In the listing below, find the line holding "#66=IFCLOCALPLACEMENT(#11,#65);" and the line holding "#80=IFCINDEXEDPOLYGONALFACE((21,23,24,22));". Write out those two lines and all lines between, exactly, and nothing more.
__________
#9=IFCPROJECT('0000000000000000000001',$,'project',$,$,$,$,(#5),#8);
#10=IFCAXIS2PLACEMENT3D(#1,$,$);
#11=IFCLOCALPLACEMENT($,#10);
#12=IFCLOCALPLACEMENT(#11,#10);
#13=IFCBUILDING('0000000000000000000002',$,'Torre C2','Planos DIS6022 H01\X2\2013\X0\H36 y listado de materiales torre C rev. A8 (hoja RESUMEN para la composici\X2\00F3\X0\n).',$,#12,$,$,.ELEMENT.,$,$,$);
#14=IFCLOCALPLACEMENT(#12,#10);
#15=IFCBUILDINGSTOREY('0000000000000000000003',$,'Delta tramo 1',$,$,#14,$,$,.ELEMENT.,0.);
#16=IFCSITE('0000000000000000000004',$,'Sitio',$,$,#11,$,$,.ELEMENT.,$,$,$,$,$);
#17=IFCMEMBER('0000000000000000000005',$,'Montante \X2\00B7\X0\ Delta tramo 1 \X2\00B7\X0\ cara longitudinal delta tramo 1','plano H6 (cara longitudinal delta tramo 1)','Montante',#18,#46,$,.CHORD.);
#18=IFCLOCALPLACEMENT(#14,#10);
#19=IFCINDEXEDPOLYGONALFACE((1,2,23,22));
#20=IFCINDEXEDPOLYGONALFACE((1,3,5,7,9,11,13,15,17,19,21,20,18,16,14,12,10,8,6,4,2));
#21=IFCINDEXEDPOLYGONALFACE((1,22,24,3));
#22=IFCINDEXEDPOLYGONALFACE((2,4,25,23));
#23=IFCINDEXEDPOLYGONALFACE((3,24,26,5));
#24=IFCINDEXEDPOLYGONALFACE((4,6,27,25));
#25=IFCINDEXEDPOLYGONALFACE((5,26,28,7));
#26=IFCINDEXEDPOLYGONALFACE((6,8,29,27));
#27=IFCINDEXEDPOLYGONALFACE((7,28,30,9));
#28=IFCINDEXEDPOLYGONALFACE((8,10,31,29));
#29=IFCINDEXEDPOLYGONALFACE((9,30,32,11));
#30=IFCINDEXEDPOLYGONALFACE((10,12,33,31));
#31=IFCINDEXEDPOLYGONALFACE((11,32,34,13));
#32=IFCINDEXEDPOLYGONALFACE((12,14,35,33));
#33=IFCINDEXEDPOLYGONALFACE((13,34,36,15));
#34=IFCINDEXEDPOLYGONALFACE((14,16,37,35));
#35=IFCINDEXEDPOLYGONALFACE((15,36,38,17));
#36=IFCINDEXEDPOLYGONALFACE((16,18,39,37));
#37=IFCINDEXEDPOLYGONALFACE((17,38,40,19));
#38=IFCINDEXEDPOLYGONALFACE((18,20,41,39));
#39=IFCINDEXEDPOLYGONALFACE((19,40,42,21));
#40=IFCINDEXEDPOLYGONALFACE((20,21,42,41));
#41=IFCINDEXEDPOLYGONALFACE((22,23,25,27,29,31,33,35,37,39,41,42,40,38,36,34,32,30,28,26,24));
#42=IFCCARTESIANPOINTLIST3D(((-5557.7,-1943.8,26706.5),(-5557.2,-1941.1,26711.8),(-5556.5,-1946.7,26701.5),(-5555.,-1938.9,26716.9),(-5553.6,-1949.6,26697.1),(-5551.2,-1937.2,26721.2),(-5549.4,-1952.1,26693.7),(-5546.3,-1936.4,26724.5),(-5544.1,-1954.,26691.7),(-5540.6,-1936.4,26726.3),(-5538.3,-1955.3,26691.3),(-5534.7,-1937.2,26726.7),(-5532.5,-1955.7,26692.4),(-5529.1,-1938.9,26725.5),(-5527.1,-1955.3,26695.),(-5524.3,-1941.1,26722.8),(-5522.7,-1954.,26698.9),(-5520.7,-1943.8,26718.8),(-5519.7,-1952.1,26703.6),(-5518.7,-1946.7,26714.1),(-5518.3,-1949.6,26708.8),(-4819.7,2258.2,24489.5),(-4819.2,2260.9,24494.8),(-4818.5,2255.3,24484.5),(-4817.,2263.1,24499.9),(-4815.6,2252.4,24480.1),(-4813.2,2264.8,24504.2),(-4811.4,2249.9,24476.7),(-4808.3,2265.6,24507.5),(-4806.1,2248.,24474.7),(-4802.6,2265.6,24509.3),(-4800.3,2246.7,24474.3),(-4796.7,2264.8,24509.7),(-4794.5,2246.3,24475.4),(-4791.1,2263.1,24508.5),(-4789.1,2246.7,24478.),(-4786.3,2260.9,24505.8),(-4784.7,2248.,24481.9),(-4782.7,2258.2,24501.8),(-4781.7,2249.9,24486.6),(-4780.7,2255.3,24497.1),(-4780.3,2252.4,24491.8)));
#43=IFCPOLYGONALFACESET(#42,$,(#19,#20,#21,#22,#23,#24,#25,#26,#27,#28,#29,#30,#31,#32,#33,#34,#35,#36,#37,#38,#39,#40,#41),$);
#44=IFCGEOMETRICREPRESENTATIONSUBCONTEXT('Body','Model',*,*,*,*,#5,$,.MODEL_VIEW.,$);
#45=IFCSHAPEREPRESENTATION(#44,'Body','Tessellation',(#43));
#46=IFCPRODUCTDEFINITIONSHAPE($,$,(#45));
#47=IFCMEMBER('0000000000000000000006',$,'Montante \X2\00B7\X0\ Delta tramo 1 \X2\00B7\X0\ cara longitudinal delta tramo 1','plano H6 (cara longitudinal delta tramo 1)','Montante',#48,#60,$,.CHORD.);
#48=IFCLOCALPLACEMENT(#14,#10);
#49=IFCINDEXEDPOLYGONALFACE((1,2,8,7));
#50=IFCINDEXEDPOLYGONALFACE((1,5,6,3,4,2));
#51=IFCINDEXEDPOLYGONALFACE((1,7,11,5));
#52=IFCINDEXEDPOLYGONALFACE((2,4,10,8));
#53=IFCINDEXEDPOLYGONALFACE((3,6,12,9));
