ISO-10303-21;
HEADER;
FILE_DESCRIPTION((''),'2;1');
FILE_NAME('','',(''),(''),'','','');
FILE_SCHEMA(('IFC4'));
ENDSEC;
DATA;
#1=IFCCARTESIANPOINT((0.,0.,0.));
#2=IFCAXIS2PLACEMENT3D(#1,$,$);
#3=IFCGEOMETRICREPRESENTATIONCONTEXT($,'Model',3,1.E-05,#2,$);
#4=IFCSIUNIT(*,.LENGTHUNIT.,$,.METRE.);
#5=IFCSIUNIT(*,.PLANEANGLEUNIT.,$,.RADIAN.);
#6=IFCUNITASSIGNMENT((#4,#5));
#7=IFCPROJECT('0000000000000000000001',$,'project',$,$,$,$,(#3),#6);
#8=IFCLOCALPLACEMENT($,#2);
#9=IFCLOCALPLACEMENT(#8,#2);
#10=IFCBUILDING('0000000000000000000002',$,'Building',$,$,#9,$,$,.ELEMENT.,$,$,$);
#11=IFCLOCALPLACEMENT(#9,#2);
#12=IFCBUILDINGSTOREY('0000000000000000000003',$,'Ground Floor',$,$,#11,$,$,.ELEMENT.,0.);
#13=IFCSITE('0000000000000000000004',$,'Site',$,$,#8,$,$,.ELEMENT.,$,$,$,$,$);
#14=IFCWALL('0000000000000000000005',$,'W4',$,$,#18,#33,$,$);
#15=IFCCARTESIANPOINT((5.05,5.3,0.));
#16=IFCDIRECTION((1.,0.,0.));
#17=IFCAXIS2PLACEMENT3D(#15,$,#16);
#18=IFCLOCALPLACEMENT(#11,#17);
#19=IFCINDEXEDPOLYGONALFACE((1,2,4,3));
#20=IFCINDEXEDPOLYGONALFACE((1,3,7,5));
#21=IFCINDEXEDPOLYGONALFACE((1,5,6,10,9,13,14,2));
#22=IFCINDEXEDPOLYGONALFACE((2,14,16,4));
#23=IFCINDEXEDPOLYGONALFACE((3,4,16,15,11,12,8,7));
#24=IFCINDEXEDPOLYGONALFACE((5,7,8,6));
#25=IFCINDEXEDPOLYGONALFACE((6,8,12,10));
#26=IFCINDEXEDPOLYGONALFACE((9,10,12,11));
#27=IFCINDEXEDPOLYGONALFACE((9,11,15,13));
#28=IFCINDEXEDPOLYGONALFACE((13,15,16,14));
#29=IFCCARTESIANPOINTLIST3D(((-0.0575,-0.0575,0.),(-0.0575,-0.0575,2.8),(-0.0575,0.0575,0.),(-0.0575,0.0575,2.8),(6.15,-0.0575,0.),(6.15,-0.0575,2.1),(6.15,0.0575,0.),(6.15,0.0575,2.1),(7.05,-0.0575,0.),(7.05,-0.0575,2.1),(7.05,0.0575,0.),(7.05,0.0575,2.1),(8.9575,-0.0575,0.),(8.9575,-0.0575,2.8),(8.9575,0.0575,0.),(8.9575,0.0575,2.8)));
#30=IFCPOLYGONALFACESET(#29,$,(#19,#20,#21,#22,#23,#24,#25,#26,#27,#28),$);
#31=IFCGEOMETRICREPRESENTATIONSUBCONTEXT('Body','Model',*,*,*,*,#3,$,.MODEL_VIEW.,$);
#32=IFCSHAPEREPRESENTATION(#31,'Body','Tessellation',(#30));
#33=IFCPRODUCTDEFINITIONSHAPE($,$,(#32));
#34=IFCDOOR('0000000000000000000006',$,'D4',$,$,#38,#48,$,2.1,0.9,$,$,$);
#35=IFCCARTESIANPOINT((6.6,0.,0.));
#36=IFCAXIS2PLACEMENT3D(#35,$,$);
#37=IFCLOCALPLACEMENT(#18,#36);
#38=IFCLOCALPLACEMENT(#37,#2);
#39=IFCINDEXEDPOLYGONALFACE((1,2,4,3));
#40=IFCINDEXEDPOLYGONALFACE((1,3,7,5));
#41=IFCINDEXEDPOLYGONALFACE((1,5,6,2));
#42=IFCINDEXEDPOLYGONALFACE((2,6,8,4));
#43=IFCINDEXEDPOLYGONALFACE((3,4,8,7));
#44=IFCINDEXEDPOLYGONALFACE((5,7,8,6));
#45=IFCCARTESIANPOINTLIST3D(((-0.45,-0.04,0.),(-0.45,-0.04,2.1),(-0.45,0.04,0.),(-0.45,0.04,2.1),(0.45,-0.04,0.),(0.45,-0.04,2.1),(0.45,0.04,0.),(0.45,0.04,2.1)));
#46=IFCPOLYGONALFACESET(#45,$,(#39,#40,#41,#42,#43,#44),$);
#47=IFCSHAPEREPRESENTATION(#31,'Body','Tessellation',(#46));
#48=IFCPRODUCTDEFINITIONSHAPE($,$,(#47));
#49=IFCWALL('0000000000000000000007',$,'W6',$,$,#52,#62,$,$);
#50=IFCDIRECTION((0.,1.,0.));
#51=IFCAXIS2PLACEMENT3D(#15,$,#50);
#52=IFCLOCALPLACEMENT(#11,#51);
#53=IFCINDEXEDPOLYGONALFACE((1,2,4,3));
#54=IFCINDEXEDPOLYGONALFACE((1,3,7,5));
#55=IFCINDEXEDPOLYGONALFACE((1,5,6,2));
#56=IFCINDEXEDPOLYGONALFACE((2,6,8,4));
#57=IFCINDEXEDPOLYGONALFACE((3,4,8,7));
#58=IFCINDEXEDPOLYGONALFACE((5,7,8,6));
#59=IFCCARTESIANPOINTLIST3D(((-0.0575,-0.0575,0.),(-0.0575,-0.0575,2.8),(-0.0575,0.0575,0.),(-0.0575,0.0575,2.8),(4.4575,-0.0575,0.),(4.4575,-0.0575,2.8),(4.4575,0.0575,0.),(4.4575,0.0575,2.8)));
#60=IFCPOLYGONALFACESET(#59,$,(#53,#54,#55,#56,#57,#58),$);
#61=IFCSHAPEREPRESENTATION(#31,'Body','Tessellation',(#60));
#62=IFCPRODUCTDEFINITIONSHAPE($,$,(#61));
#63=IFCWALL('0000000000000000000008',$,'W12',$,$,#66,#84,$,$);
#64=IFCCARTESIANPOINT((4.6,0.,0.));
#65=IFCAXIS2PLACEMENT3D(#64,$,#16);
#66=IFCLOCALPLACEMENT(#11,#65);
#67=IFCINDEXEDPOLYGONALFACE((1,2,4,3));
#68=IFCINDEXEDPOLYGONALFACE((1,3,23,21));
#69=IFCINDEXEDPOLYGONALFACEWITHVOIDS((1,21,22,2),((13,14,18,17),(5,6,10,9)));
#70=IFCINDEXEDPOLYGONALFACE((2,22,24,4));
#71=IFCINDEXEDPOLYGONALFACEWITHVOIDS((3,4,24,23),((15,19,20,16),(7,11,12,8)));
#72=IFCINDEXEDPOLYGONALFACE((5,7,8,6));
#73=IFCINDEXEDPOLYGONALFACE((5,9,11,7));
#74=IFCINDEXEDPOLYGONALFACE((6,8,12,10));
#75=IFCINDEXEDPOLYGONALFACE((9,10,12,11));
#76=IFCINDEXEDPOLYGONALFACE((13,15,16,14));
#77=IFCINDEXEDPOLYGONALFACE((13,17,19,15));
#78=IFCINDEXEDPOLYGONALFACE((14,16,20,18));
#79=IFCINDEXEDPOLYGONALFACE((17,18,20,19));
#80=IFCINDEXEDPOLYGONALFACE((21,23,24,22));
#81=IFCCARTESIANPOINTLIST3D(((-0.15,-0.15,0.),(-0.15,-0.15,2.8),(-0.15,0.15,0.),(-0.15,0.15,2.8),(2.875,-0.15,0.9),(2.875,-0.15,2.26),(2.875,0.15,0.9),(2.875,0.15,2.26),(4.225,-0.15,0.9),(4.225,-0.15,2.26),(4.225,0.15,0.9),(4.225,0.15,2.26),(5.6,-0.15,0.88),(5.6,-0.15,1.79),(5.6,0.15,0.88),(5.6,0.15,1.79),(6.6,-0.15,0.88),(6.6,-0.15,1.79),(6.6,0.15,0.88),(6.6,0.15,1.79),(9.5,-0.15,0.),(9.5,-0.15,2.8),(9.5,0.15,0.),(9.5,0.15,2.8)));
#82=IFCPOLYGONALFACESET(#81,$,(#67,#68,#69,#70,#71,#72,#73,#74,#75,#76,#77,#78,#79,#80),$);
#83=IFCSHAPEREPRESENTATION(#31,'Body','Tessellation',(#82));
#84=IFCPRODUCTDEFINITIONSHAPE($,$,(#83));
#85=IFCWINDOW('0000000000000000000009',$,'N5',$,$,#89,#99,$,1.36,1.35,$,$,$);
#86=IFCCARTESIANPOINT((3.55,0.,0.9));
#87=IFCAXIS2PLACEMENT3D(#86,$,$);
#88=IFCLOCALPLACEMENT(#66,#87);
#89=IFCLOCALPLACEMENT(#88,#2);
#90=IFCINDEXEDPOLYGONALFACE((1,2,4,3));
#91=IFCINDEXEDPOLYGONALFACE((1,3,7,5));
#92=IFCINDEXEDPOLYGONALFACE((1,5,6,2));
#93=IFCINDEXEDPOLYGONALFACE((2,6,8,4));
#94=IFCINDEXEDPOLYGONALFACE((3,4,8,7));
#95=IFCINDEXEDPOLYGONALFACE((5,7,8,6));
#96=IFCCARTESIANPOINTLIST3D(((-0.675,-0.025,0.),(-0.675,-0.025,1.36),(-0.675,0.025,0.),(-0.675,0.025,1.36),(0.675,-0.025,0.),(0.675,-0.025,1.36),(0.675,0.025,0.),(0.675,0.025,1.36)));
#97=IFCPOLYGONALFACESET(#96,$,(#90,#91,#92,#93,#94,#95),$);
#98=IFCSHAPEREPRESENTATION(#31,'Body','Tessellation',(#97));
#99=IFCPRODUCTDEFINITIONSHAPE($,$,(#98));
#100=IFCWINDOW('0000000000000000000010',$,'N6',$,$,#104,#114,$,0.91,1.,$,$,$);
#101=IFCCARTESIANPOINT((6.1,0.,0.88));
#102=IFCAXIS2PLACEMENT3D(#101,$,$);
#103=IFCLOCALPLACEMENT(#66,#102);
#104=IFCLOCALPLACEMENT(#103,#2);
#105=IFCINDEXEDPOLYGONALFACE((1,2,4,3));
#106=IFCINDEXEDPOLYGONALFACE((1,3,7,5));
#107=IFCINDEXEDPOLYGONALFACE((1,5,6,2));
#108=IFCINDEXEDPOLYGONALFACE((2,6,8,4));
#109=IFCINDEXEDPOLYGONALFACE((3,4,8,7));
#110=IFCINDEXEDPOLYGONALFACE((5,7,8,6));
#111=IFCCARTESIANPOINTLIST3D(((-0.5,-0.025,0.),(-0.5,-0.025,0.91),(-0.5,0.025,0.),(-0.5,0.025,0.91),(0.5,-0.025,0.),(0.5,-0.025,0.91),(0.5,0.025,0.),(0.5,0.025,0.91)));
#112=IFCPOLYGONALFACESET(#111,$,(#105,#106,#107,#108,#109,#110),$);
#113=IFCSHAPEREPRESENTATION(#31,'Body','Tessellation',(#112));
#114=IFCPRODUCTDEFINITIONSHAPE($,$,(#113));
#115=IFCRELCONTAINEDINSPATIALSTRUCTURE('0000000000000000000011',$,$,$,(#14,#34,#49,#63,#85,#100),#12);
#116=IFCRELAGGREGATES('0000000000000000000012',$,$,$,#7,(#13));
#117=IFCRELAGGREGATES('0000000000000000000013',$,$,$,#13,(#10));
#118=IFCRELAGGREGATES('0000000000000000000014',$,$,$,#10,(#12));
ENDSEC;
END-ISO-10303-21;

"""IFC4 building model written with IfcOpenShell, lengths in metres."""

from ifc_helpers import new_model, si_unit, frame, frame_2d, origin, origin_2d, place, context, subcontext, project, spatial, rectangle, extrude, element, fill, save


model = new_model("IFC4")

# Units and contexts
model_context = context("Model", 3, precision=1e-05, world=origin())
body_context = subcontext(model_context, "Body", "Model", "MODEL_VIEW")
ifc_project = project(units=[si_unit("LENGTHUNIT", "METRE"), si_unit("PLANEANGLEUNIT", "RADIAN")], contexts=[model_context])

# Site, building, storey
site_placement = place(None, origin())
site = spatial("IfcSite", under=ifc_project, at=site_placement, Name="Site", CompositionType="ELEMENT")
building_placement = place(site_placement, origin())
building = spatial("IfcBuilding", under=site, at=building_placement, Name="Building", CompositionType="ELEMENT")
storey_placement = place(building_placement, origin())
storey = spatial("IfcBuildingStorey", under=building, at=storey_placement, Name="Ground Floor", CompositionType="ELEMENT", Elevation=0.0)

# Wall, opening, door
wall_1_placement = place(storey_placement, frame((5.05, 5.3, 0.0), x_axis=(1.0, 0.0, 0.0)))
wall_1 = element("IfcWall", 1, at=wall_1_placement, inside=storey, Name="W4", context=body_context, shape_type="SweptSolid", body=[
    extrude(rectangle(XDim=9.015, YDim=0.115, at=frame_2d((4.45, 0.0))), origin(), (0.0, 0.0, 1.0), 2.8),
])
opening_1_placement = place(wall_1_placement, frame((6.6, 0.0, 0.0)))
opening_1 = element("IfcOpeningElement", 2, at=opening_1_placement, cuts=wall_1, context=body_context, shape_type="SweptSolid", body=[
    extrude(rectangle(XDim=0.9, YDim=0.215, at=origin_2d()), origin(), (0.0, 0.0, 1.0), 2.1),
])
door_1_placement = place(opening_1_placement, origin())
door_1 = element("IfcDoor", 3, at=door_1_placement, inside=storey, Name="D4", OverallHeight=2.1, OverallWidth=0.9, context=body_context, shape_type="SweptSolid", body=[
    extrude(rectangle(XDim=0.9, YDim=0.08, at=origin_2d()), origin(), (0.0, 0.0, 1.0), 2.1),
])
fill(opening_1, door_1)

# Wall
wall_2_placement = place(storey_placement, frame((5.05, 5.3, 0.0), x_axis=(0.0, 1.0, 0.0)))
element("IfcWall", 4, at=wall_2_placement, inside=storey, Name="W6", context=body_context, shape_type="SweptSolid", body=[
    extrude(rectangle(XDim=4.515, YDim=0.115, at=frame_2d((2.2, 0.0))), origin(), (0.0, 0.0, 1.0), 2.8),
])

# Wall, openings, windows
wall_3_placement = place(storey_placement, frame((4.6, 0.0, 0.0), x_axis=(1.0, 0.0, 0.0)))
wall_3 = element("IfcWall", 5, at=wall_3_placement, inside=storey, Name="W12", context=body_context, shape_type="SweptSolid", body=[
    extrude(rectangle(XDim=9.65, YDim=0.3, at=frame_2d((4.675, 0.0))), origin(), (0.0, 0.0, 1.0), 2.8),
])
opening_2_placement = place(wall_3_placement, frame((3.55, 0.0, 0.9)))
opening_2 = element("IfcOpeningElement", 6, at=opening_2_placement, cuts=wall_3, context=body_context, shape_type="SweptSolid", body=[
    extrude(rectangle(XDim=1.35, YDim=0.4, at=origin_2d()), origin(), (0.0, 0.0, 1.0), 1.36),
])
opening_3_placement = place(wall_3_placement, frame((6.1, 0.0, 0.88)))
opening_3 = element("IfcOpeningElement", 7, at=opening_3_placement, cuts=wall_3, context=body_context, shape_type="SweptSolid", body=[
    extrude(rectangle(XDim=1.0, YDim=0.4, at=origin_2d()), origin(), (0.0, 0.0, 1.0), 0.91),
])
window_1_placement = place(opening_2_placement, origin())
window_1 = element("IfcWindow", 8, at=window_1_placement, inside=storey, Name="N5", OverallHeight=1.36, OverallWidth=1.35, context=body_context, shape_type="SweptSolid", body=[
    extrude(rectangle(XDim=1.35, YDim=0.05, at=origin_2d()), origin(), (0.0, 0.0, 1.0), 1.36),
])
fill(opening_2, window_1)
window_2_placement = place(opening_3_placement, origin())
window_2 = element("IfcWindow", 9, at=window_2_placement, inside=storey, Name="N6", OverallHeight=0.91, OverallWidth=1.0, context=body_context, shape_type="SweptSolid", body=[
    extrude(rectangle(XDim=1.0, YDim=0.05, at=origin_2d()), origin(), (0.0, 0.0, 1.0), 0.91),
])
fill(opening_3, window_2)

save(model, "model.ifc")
__________
OUTPUT:
#66=IFCLOCALPLACEMENT(#11,#65);
#67=IFCINDEXEDPOLYGONALFACE((1,2,4,3));
#68=IFCINDEXEDPOLYGONALFACE((1,3,23,21));
#69=IFCINDEXEDPOLYGONALFACEWITHVOIDS((1,21,22,2),((13,14,18,17),(5,6,10,9)));
#70=IFCINDEXEDPOLYGONALFACE((2,22,24,4));
#71=IFCINDEXEDPOLYGONALFACEWITHVOIDS((3,4,24,23),((15,19,20,16),(7,11,12,8)));
#72=IFCINDEXEDPOLYGONALFACE((5,7,8,6));
#73=IFCINDEXEDPOLYGONALFACE((5,9,11,7));
#74=IFCINDEXEDPOLYGONALFACE((6,8,12,10));
#75=IFCINDEXEDPOLYGONALFACE((9,10,12,11));
#76=IFCINDEXEDPOLYGONALFACE((13,15,16,14));
#77=IFCINDEXEDPOLYGONALFACE((13,17,19,15));
#78=IFCINDEXEDPOLYGONALFACE((14,16,20,18));
#79=IFCINDEXEDPOLYGONALFACE((17,18,20,19));
#80=IFCINDEXEDPOLYGONALFACE((21,23,24,22));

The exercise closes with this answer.